(Stored data entries)
------------

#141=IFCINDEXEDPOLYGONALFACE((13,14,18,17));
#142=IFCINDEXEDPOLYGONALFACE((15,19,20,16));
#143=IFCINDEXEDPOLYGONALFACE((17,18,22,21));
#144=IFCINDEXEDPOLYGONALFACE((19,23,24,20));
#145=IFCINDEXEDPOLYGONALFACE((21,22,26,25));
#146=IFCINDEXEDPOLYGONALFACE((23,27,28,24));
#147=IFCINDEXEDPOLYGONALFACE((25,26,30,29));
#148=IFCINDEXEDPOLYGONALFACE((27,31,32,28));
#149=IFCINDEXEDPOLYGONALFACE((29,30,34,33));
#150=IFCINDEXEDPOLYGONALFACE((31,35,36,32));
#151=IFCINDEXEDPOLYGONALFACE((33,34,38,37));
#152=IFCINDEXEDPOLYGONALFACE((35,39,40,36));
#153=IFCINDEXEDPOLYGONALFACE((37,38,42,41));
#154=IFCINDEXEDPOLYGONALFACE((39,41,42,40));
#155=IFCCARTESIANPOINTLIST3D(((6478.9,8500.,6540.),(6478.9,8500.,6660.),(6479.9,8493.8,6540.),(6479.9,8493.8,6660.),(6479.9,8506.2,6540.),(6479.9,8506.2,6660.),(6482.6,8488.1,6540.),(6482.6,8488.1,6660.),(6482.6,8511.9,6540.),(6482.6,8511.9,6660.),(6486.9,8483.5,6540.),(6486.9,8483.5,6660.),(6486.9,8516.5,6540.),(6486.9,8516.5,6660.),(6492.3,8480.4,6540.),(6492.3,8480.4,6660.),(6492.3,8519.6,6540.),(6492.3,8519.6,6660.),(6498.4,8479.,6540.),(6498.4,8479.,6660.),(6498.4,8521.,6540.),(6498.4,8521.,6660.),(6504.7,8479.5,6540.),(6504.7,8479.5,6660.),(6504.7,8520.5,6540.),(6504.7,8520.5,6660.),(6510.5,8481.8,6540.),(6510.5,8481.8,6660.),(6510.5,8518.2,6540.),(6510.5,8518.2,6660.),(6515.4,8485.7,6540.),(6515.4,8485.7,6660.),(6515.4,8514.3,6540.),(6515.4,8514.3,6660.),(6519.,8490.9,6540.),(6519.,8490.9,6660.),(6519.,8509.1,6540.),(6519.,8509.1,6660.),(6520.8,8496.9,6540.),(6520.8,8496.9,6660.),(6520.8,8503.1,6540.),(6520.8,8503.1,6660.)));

------------

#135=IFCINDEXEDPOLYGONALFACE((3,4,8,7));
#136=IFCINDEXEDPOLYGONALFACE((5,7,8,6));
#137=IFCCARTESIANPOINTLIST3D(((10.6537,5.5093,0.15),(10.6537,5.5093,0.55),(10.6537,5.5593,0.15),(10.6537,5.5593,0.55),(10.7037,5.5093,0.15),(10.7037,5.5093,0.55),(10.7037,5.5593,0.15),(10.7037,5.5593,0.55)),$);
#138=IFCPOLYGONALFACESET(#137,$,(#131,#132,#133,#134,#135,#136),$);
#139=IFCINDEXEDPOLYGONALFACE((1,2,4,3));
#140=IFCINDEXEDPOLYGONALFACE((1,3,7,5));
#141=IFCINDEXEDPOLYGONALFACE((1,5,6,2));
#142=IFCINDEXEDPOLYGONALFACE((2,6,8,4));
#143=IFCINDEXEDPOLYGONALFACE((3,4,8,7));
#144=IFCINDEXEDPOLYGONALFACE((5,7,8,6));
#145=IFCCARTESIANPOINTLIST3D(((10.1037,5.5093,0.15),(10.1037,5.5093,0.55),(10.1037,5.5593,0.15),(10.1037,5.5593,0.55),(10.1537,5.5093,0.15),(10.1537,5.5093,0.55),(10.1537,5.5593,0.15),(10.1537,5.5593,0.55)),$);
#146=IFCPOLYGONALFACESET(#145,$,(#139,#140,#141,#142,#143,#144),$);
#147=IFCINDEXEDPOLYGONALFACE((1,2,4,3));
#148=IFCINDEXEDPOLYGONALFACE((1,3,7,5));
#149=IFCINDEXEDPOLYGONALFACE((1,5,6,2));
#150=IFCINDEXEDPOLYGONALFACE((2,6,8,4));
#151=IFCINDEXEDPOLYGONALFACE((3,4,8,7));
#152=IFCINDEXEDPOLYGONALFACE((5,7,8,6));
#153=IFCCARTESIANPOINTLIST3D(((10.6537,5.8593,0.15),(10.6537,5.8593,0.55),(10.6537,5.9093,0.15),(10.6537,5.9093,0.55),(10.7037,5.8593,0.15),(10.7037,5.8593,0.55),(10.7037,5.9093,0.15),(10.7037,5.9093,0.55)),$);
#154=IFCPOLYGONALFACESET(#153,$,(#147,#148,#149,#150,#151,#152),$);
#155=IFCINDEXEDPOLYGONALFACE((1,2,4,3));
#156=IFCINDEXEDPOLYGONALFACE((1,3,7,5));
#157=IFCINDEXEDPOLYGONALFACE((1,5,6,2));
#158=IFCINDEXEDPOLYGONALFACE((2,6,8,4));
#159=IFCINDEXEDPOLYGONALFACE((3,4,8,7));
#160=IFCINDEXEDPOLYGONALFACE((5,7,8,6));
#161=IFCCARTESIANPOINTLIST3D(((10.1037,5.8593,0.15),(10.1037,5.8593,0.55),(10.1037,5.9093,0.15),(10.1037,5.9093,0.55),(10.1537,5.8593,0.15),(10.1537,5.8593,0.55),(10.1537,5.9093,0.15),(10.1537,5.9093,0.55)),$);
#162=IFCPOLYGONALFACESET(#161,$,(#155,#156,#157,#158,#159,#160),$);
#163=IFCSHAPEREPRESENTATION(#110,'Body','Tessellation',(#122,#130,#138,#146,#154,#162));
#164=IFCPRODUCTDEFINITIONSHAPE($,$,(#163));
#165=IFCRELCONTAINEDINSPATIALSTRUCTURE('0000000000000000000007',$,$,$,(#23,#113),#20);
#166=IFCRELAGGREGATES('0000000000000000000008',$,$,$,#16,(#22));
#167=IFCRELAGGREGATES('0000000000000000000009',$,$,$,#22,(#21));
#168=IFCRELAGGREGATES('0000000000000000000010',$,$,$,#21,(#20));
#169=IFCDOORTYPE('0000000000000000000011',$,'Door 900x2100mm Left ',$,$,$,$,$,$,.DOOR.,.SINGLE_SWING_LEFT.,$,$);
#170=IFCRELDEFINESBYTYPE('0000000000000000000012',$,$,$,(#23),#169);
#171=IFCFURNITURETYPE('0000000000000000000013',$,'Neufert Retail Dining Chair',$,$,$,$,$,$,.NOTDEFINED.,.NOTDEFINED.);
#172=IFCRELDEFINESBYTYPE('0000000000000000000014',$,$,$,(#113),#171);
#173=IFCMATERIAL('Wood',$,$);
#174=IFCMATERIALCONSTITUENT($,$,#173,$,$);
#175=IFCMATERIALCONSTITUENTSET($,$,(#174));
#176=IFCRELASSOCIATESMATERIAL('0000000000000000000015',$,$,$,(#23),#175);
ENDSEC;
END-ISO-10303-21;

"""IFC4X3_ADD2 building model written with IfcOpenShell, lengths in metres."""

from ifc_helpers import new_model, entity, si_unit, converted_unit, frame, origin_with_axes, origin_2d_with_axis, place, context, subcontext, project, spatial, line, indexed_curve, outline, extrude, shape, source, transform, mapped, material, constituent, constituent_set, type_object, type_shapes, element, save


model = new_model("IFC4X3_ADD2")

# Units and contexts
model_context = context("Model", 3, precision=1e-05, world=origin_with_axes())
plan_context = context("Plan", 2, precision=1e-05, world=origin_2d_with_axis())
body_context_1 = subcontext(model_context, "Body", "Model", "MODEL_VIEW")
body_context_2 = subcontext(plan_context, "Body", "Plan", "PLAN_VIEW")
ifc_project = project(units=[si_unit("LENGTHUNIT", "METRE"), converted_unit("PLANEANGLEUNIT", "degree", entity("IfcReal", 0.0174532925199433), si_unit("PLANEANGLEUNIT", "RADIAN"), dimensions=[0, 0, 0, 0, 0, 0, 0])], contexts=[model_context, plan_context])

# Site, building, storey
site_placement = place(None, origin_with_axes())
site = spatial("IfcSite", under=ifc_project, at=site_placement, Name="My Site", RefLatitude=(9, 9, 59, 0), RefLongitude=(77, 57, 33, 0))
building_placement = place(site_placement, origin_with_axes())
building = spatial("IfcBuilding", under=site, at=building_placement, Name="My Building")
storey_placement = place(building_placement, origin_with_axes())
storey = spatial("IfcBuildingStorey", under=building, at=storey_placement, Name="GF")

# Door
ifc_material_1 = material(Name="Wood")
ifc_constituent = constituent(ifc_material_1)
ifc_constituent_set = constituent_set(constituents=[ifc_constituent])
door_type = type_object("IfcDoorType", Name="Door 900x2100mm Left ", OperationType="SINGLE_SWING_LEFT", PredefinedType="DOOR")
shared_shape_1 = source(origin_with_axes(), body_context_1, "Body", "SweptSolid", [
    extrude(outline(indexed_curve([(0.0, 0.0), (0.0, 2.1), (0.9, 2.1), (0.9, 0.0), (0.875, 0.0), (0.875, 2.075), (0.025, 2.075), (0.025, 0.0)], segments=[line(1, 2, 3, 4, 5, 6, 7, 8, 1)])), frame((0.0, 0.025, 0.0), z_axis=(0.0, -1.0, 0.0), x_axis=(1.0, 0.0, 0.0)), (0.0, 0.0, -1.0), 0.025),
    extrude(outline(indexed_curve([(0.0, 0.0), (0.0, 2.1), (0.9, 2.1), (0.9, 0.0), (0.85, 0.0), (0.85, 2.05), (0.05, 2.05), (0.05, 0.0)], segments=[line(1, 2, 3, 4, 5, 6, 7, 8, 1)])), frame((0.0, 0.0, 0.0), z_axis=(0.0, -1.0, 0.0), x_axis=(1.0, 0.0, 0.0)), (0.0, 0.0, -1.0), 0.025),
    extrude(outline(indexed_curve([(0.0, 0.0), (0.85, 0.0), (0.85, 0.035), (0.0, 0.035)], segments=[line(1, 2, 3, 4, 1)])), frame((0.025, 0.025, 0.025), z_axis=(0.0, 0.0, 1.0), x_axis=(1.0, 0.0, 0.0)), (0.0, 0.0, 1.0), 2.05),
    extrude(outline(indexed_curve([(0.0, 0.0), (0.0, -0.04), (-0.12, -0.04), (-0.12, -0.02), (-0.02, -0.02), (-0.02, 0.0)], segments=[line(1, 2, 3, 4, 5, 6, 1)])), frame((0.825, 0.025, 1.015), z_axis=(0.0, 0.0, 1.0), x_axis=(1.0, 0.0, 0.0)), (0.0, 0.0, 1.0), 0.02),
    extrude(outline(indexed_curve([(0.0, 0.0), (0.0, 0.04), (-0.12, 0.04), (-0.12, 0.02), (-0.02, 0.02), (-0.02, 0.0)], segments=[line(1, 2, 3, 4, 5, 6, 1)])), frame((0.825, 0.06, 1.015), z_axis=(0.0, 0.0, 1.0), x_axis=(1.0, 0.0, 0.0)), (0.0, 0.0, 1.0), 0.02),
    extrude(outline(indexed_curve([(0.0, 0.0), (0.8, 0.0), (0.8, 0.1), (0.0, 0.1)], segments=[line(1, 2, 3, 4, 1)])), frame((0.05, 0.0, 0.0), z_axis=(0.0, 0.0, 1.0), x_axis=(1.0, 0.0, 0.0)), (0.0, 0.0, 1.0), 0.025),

------------

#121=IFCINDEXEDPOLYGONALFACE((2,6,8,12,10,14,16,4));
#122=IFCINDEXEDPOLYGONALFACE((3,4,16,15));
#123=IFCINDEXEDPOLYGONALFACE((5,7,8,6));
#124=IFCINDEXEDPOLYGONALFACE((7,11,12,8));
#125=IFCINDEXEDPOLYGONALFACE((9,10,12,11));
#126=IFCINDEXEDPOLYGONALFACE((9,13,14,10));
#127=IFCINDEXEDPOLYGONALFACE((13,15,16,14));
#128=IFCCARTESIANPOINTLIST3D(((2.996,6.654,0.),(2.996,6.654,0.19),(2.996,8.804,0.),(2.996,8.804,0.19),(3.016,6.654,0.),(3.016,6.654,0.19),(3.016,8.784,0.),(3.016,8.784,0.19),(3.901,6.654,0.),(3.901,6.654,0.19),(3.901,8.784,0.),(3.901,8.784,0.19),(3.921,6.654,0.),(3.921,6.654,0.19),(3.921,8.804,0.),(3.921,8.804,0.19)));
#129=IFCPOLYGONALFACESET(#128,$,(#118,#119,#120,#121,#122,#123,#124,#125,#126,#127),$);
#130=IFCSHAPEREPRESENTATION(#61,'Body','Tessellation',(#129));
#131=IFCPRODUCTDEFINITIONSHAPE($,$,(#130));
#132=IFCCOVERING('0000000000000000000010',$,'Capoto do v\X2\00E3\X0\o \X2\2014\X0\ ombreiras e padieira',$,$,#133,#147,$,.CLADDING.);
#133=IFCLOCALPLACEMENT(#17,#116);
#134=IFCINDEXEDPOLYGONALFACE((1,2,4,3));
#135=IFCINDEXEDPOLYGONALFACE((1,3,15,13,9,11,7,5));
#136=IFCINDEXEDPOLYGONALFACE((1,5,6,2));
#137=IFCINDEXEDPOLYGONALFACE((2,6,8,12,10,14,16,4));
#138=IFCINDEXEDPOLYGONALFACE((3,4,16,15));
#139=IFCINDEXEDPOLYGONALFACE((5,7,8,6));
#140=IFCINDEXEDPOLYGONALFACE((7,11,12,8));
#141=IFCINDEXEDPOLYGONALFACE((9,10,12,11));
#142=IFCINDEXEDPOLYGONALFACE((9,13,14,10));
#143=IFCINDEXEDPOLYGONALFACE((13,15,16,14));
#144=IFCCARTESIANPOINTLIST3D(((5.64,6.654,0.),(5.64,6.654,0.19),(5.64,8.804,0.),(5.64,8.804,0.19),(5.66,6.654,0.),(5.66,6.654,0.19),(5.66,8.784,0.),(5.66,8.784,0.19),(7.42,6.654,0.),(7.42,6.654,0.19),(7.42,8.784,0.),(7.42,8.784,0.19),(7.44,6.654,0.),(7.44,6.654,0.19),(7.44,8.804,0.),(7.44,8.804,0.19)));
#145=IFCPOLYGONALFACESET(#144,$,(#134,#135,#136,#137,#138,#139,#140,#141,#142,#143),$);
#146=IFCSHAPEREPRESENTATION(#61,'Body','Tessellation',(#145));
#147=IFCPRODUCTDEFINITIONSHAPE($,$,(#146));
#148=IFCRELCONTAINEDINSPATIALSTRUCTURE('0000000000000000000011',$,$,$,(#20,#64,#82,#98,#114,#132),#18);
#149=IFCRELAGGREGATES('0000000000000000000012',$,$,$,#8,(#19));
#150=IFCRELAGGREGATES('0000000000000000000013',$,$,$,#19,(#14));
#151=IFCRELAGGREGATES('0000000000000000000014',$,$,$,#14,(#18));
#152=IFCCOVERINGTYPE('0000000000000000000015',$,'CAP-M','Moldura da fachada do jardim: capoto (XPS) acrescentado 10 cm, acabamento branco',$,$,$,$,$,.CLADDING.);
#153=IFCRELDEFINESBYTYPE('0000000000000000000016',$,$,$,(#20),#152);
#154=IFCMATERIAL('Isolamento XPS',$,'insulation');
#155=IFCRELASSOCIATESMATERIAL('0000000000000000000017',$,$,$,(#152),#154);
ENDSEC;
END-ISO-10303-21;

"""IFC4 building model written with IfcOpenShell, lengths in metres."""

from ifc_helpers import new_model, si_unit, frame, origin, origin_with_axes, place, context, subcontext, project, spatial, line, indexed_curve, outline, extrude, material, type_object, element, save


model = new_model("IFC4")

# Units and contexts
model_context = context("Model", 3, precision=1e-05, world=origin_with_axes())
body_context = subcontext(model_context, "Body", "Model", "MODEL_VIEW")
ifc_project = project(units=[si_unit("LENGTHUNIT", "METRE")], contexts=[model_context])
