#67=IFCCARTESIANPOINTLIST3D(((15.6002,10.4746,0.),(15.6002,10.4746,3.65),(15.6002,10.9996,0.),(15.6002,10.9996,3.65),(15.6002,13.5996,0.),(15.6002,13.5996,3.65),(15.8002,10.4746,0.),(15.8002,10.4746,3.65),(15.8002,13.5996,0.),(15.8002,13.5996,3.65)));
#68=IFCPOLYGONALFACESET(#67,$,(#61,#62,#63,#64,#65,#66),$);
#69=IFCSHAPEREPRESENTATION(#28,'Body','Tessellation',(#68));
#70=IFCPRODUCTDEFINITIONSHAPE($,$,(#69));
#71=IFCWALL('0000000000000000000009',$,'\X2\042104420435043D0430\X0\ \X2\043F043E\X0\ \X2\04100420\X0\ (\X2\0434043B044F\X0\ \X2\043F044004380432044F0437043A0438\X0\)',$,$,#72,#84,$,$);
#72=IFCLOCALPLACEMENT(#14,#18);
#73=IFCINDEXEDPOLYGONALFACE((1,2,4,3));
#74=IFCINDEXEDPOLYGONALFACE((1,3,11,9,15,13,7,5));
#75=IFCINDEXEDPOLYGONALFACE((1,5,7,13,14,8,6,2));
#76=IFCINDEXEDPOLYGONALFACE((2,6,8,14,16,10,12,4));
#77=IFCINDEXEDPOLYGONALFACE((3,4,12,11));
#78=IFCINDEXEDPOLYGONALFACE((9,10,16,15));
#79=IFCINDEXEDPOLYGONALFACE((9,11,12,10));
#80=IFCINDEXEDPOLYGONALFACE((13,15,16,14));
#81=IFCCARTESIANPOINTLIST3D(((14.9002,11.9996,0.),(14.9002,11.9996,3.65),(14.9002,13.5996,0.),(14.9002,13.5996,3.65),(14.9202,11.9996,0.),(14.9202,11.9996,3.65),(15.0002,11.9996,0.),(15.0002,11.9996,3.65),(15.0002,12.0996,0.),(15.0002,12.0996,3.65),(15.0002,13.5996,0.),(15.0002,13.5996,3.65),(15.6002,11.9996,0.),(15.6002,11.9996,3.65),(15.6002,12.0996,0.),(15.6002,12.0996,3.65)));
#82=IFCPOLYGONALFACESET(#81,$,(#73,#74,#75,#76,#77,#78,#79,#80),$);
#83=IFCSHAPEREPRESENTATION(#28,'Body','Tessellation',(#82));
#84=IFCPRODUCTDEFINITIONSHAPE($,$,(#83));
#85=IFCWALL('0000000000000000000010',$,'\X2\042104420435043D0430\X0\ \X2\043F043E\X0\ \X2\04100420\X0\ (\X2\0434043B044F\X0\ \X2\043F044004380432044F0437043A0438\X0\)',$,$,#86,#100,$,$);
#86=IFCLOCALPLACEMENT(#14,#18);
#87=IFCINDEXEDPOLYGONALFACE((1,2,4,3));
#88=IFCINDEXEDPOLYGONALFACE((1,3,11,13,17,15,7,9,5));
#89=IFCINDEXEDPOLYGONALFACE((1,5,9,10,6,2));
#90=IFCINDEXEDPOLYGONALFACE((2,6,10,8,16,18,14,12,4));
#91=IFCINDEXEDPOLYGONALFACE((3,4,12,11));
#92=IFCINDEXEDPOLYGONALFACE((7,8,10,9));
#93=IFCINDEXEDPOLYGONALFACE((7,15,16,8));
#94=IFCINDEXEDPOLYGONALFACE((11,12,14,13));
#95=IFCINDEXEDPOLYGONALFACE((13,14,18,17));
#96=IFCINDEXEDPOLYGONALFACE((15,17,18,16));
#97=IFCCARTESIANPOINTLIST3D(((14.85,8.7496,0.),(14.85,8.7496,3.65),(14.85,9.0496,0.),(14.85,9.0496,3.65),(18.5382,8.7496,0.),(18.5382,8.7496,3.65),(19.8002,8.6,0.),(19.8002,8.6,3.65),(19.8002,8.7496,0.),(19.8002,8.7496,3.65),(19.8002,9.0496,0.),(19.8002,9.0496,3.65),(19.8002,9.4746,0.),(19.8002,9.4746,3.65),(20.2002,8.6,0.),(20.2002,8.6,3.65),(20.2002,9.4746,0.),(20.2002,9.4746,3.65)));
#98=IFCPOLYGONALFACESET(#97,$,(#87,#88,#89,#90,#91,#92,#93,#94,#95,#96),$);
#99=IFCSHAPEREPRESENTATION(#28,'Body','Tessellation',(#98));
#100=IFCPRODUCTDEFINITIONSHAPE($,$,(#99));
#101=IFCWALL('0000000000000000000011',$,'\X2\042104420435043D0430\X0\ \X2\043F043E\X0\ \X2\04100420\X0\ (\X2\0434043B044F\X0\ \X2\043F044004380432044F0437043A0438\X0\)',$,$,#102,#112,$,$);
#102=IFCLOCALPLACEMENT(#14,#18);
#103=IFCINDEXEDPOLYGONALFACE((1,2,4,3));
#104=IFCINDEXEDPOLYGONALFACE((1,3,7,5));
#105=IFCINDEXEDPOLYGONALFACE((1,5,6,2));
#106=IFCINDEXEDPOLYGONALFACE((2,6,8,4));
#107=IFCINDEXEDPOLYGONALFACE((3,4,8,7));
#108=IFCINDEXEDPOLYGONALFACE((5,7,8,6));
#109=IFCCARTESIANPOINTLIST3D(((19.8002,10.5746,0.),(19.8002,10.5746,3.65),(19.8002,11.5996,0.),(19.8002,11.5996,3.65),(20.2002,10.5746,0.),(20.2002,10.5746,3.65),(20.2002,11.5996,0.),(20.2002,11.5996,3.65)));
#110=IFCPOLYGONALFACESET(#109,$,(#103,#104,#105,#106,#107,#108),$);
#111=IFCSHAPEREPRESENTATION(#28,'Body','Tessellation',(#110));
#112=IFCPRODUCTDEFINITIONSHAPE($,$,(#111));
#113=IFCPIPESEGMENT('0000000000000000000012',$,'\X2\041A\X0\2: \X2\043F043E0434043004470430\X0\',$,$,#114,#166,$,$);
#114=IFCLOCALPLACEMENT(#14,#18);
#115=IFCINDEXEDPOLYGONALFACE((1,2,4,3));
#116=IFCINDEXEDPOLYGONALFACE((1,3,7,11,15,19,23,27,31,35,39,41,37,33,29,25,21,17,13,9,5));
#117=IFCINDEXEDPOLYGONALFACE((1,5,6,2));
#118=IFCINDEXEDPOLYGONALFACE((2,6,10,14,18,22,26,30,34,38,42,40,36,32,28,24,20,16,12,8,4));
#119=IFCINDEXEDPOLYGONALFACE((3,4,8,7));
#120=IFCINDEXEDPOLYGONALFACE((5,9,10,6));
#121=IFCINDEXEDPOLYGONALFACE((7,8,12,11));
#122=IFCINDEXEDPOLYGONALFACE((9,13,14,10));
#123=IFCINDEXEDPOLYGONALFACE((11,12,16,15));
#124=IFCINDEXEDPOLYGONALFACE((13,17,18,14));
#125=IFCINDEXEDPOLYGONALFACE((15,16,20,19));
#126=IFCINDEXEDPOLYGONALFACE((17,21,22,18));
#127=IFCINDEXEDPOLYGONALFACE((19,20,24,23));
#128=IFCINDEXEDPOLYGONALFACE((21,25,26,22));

------------

Exercise » Only the lines containing "IFCRELDEFINESBYTYPE" are needed; copy each of them from the data.

Solution »
#170=IFCRELDEFINESBYTYPE('0000000000000000000012',$,$,$,(#23),#169);
#172=IFCRELDEFINESBYTYPE('0000000000000000000014',$,$,$,(#113),#171);
#153=IFCRELDEFINESBYTYPE('0000000000000000000016',$,$,$,(#20),#152);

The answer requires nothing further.